Right now the implementation of set_keepalive sets both the SO_KEEPALIVE and TCP_KEEPALIVE options, which may be unintuitive (doing two things at once). This behavior is just inherited from libuv and has not been scrutinized. Could this include some rationale as to why it should be stabilized this way?
Sure. Setting SO_KEEPALIVE will merely turn on that said socket should exhibit keepalive behavior. It will be set to use the default values provided by the OS. Passing the TCP_KEEPIDLE (TCP_KEEPALIVE on mac) option is need to adjust the timeout to something other than the default.
An implementation would be need to be added for Windows, setting SIO_KEEPALIVE_VALS, to do similarly on Windows.
It looks like the options for keepalive at the OS level take a seconds argument, but this RFC proposes taking a Duration. Can you clarify what it means to specify a fractional second? It would also be nice to clarify what it means to specify a 0-length duration.
The value is seconds on Linux, but it is milliseconds on Windows. For platforms that use seconds, the milliseconds could be truncated to the seconds place.
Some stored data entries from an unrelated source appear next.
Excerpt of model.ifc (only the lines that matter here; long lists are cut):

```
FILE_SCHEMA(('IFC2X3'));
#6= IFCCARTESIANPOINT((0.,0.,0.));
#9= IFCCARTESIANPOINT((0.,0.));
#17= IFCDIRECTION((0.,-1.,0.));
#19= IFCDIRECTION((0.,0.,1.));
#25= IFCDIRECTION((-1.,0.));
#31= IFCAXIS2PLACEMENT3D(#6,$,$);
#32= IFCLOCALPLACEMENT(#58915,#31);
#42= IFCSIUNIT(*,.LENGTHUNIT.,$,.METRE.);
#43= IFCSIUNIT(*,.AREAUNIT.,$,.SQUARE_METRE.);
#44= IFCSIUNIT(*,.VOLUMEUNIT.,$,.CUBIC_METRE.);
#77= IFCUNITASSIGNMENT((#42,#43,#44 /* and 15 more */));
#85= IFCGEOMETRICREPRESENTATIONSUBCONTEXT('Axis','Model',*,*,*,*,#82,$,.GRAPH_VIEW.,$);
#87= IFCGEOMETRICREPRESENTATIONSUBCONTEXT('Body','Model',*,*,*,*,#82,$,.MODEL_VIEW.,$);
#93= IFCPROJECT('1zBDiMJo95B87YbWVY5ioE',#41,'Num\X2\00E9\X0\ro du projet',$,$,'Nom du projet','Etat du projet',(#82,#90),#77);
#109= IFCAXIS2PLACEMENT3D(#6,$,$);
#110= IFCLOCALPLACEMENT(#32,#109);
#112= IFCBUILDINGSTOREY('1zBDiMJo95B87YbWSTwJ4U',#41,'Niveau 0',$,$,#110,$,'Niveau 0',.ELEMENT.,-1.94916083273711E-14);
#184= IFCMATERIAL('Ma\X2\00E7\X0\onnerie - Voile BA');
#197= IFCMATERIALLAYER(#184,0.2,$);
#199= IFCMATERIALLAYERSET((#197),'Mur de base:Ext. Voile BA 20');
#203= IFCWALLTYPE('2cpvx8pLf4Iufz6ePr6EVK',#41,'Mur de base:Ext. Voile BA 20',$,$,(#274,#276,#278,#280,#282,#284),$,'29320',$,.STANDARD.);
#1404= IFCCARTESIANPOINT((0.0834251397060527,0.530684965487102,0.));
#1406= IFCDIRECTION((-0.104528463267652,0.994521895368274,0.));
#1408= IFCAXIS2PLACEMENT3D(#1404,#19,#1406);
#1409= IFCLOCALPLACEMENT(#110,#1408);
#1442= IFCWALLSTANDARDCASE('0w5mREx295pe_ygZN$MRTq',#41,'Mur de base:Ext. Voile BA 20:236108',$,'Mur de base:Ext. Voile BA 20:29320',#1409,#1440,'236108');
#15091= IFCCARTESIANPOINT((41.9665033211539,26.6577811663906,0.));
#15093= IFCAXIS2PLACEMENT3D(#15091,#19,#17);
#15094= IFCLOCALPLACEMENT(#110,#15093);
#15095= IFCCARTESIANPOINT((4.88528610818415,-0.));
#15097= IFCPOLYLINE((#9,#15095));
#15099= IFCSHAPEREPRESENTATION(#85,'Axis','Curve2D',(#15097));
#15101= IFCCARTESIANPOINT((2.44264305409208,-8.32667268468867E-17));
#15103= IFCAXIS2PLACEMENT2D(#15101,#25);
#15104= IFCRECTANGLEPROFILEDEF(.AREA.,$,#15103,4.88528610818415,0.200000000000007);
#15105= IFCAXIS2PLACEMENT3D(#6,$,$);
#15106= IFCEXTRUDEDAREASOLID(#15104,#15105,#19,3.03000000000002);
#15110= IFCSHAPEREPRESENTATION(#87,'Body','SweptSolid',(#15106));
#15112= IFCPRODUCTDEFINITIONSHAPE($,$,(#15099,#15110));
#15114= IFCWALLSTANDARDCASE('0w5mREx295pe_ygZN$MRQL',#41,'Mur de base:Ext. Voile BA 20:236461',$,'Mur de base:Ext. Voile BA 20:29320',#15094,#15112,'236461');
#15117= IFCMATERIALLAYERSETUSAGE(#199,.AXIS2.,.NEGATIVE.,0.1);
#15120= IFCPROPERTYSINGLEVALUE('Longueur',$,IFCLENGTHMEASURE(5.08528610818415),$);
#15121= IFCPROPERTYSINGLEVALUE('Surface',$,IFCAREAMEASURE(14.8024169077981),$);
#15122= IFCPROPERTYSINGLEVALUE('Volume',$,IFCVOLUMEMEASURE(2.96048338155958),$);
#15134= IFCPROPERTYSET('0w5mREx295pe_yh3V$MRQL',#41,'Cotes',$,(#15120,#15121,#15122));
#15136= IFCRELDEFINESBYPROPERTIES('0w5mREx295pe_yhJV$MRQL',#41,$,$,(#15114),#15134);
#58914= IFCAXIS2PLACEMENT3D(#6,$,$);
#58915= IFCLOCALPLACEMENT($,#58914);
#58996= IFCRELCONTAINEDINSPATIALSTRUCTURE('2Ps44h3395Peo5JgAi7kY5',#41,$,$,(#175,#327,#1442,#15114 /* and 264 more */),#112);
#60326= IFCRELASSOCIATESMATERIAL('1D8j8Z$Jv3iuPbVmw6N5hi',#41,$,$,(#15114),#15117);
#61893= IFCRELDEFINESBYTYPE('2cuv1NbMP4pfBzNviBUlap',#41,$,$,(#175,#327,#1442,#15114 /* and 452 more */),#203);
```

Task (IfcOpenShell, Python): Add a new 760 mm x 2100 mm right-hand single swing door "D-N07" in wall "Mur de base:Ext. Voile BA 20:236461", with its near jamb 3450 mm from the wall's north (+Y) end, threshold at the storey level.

```python
import numpy as np
import ifcopenshell
import ifcopenshell.api.feature
import ifcopenshell.api.geometry
import ifcopenshell.api.pset
import ifcopenshell.api.root
import ifcopenshell.api.spatial
import ifcopenshell.api.type
import ifcopenshell.geom
import ifcopenshell.util.element
import ifcopenshell.util.placement
import ifcopenshell.util.representation
import ifcopenshell.util.shape
import ifcopenshell.util.unit

model = ifcopenshell.open("model.ifc")
unit_scale = ifcopenshell.util.unit.calculate_unit_scale(model)
area_scale = ifcopenshell.util.unit.calculate_unit_scale(model, "AREAUNIT")
volume_scale = ifcopenshell.util.unit.calculate_unit_scale(model, "VOLUMEUNIT")
settings = ifcopenshell.geom.settings()


def volume(element):
    """Net volume in cubic metres, openings subtracted."""
    shape = ifcopenshell.geom.create_shape(settings, element)
    return ifcopenshell.util.shape.get_volume(shape.geometry)


wall = model.by_guid("0w5mREx295pe_ygZN$MRQL")
storey = ifcopenshell.util.element.get_container(wall, ifc_class="IfcBuildingStorey")
context = ifcopenshell.util.representation.get_context(model, "Model", "Body", "MODEL_VIEW")
before = volume(wall)

width, height, from_end, sill = 0.76, 2.1, 3.45, 0.0  # metres

# The wall runs along its own X axis, and the end named is its -X end.
wall_shape = ifcopenshell.geom.create_shape(settings, wall)
x, y, z = ifcopenshell.util.shape.get_vertices(wall_shape.geometry).T
start = x.min() + from_end
face, thickness = float(y.min()), float(y.max() - y.min())
wall_matrix = ifcopenshell.util.placement.get_local_placement(wall.ObjectPlacement)
level = ifcopenshell.util.placement.get_local_placement(storey.ObjectPlacement)[2, 3]


def in_wall(x, y):
    """Placement at x, y metres in the wall's axes, at sill height."""
    matrix = wall_matrix.copy()
    matrix[:, 3] = wall_matrix @ np.array([x / unit_scale, y / unit_scale, 0.0, 1.0])
    matrix[2, 3] = level + sill / unit_scale
    return matrix


# Opening: a box that overshoots both wall faces by 50 mm.
opening = ifcopenshell.api.root.create_entity(model, ifc_class="IfcOpeningElement")
box = ifcopenshell.api.geometry.add_wall_representation(
    model, context=context, length=width, height=height, thickness=thickness + 0.1
)
ifcopenshell.api.geometry.assign_representation(model, product=opening, representation=box)
ifcopenshell.api.geometry.edit_object_placement(model, product=opening, matrix=in_wall(start, face - 0.05), is_si=False)
ifcopenshell.api.feature.add_feature(model, feature=opening, element=wall)

door = ifcopenshell.api.root.create_entity(model, ifc_class="IfcDoor", name="D-N07")
door.OverallWidth, door.OverallHeight = width / unit_scale, height / unit_scale
body = ifcopenshell.api.geometry.add_door_representation(
    model,
    context=context,
    overall_width=door.OverallWidth,
    overall_height=door.OverallHeight,
    operation_type="SINGLE_SWING_RIGHT",
    lining_properties={"LiningDepth": thickness / unit_scale, "ThresholdDepth": thickness / unit_scale},
)
ifcopenshell.api.geometry.assign_representation(model, product=door, representation=body)
ifcopenshell.api.spatial.assign_container(model, products=[door], relating_structure=storey)
fills = ifcopenshell.api.feature.add_filling(model, opening=opening, element=door)
fills.OwnerHistory = door.OwnerHistory  # required in IFC2X3

# IFC2X3 keeps the operation on the door style.
style = ifcopenshell.api.root.create_entity(model, ifc_class="IfcDoorStyle", name="D-N07")
style.OperationType, style.ConstructionType = "SINGLE_SWING_RIGHT", "NOTDEFINED"
style.ParameterTakesPrecedence = style.Sizeable = False
ifcopenshell.api.type.assign_type(model, related_objects=[door], relating_type=style)

# The lining spans the wall, so the door starts at the wall face.
ifcopenshell.api.geometry.edit_object_placement(model, product=door, matrix=in_wall(start, face), is_si=False)

after = volume(wall)

# Update the wall's stored quantities.
pset = model.by_id(ifcopenshell.util.element.get_pset(wall, "Cotes", should_inherit=False)["id"])
ifcopenshell.api.pset.edit_pset(model, pset=pset, properties={
    "Surface": model.create_entity("IfcAreaMeasure", after / thickness / area_scale),
    "Volume": model.create_entity("IfcVolumeMeasure", after / volume_scale),
})

print(f"wall volume {before:.3f} -> {after:.3f} m3")

model.write("model_rev.ifc")
```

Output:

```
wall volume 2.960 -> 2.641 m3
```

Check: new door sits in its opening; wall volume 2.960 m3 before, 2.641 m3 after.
I couldn’t find anything specifically detailing when this value is 0. The Windows page puts the minimum value at 1, which is 1 millisecond.
So then, I’d suggest that passing Duration::zero() would turn off the keepalive feature, just as in the timeouts RFC.
How is is_closed implemented? I agree with @danburkert that this is a racy function to expose.
It didn’t sound like he meant the function itself is racy, just that trusting it could be. For example:
if !tcp.is_closed() {
// tcp could have been closed at this point
try!(tcp.read(buf));
}
In this case, that seems fine to me. I’d personally handle an ErrorKind::ConnectionAborted (or whichever it is) myself. I’d just rather be able to check that the stream is closed, such as in a ConnectionPool, before handing it out to be used. Once a timeout happens then, it can be a legitimate timeout.
Why take &mut self vs &self for set_keepalive? (the &mut isn’t required by the OS)
That was an oversight, I’m so used to setters taking &mut self. I just double checked the socket timeouts RFC, and it takes &self as well.